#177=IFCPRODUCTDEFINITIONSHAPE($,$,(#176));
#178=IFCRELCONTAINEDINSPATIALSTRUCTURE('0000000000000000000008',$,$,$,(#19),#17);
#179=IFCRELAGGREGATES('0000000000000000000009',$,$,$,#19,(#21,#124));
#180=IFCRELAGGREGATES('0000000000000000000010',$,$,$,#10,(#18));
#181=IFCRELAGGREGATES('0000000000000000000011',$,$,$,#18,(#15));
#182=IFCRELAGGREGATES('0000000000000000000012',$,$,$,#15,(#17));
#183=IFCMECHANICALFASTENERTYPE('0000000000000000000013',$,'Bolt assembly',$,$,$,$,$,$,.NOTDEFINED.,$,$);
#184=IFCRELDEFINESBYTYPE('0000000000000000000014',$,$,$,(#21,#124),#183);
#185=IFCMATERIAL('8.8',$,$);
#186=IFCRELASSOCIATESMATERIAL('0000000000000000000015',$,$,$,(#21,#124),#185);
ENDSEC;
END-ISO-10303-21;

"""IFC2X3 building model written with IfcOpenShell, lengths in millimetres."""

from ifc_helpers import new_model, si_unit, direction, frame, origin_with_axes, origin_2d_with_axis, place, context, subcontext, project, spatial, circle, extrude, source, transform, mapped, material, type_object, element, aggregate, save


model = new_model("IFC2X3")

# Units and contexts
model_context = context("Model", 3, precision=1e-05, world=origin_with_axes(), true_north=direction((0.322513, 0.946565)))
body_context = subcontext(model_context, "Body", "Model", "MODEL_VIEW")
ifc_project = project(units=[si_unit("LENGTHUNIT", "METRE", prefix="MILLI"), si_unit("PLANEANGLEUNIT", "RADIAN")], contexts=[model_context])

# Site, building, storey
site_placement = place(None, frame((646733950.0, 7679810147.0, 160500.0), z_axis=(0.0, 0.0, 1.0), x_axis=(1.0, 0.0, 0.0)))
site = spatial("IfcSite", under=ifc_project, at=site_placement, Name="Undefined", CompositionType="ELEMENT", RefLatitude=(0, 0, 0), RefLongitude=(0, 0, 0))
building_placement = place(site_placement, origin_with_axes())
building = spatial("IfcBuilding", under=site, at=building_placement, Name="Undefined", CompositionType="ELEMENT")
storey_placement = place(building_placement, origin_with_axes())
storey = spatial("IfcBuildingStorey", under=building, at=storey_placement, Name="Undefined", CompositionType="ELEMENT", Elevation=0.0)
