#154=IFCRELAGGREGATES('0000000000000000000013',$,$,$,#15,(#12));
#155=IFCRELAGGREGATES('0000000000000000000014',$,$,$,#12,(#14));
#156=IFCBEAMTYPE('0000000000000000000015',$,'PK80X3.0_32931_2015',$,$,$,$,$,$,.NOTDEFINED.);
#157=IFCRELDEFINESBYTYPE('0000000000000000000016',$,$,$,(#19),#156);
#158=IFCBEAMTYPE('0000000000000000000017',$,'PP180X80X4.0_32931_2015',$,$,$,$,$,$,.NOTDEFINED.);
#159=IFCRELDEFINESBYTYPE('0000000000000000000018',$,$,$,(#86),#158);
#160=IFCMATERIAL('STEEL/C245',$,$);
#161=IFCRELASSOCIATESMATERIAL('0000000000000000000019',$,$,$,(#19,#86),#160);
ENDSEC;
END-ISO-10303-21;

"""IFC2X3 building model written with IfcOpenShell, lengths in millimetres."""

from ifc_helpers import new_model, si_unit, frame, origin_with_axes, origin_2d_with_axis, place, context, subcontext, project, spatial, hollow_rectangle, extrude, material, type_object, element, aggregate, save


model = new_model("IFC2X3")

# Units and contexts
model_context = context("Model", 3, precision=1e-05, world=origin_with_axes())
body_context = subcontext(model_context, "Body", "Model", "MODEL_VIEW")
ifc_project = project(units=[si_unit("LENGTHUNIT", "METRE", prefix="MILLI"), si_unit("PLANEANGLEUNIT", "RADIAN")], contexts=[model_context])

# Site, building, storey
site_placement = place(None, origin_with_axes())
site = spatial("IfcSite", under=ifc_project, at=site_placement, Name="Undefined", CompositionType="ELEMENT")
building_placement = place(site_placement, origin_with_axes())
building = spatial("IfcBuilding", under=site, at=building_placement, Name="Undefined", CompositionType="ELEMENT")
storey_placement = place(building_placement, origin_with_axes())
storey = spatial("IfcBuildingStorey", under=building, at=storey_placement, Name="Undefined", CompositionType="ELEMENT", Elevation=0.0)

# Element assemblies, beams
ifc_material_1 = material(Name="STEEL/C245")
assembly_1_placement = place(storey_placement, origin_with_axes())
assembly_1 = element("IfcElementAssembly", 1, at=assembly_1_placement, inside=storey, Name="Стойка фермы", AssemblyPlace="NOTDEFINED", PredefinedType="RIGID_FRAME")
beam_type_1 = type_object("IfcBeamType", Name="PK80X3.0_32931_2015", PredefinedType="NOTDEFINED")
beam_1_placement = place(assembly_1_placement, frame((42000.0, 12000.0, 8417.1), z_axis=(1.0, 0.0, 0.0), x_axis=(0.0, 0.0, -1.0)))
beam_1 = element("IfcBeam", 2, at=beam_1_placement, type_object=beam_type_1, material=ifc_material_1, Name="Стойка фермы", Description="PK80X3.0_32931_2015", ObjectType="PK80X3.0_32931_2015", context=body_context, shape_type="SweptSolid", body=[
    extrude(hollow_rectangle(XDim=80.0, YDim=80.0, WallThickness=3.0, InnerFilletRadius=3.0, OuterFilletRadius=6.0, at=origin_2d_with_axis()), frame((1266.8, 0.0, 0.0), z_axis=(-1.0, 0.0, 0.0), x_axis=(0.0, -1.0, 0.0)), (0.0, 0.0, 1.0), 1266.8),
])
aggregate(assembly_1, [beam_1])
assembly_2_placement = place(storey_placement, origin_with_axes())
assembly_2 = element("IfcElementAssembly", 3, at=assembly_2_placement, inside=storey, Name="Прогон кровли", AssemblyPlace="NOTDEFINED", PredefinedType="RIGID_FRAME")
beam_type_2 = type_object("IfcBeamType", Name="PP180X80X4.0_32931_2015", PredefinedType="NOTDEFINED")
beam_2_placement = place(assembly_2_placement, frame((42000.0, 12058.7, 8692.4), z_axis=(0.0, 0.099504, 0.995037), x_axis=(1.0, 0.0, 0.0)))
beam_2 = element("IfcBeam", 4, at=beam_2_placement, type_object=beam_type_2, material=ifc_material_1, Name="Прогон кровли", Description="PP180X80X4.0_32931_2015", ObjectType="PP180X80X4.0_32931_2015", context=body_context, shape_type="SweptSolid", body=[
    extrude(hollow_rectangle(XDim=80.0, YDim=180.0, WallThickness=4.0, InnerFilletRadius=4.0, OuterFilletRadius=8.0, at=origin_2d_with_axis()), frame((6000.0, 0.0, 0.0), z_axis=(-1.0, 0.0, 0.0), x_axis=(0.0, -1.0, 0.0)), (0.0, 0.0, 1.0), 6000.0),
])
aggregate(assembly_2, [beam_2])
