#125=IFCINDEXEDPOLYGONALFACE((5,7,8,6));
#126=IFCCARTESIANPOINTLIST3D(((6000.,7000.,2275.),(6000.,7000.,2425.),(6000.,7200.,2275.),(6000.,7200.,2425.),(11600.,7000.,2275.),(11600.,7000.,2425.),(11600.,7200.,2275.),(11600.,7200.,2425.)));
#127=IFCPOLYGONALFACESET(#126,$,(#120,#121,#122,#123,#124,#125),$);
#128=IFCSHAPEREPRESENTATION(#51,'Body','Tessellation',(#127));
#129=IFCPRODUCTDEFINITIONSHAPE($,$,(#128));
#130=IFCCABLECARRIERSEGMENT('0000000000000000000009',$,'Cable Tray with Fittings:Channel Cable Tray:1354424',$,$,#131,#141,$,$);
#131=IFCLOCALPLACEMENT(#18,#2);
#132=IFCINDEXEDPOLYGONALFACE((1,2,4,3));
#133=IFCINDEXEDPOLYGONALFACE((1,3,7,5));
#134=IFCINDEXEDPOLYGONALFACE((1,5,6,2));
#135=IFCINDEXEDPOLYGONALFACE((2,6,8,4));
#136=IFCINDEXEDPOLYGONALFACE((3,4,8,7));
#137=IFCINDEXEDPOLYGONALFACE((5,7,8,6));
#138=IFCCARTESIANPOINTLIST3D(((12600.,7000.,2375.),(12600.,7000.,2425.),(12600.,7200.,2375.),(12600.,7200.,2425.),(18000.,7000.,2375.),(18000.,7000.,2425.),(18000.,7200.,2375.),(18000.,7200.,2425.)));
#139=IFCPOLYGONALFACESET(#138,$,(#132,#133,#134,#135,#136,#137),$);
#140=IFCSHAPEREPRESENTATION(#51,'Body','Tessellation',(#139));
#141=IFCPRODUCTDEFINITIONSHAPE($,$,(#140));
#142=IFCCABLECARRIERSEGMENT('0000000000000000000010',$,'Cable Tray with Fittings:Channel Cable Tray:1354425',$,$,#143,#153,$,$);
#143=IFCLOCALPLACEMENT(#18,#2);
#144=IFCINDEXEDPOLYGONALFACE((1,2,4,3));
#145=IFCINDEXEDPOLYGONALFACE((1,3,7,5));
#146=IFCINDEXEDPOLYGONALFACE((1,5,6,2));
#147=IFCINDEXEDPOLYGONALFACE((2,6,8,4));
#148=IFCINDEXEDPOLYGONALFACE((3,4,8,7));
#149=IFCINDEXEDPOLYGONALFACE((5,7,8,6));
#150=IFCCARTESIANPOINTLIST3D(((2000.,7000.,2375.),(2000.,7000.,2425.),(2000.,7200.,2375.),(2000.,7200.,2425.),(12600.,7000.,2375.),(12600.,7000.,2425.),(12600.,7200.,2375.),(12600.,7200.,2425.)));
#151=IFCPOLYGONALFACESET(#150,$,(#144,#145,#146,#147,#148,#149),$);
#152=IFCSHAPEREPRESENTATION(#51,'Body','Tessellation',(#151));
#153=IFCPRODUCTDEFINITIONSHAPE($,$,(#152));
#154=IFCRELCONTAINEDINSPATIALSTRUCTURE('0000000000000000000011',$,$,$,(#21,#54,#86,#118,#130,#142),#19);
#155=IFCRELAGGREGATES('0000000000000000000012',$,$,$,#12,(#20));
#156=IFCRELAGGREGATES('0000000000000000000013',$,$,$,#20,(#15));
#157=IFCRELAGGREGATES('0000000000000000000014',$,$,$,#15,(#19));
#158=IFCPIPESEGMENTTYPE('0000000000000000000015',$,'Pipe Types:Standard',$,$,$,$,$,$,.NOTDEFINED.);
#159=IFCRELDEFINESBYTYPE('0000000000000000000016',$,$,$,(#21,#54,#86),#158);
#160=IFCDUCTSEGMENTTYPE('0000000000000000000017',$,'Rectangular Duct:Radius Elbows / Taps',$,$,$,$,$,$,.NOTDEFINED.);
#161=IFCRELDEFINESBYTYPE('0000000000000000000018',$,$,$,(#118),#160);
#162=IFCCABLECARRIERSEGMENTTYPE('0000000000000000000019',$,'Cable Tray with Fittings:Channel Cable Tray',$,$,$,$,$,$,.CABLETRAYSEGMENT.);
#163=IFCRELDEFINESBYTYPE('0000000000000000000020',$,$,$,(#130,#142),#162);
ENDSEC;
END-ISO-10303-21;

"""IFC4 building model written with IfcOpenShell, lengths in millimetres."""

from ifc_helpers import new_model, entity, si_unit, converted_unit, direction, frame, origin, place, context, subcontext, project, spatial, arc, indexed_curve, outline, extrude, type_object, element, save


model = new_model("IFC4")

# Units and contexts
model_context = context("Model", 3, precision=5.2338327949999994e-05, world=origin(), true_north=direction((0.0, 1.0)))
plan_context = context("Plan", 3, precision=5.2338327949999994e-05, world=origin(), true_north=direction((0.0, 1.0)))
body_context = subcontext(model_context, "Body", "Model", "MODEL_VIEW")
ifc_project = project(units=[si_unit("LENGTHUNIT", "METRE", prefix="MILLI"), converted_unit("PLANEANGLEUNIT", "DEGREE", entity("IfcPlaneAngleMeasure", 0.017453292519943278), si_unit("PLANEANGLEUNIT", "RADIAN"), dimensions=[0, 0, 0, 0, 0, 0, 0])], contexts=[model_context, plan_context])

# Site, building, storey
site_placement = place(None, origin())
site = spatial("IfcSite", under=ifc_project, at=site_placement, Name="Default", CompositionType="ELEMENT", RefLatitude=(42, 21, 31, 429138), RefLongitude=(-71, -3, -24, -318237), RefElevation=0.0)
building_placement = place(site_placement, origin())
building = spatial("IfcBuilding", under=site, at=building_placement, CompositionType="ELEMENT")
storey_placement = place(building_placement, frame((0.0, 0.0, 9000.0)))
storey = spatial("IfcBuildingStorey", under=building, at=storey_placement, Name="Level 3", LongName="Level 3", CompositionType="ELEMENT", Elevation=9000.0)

▬▬▬

-- EXERCISE PROMPT --
Pull out all lines from the entries above that include the word "PredefinedType".

-- SOLUTION --
assembly_1 = element("IfcElementAssembly", 1, at=assembly_1_placement, inside=storey, Name="Стойка фермы", AssemblyPlace="NOTDEFINED", PredefinedType="RIGID_FRAME")
beam_type_1 = type_object("IfcBeamType", Name="PK80X3.0_32931_2015", PredefinedType="NOTDEFINED")
assembly_2 = element("IfcElementAssembly", 3, at=assembly_2_placement, inside=storey, Name="Прогон кровли", AssemblyPlace="NOTDEFINED", PredefinedType="RIGID_FRAME")
beam_type_2 = type_object("IfcBeamType", Name="PP180X80X4.0_32931_2015", PredefinedType="NOTDEFINED")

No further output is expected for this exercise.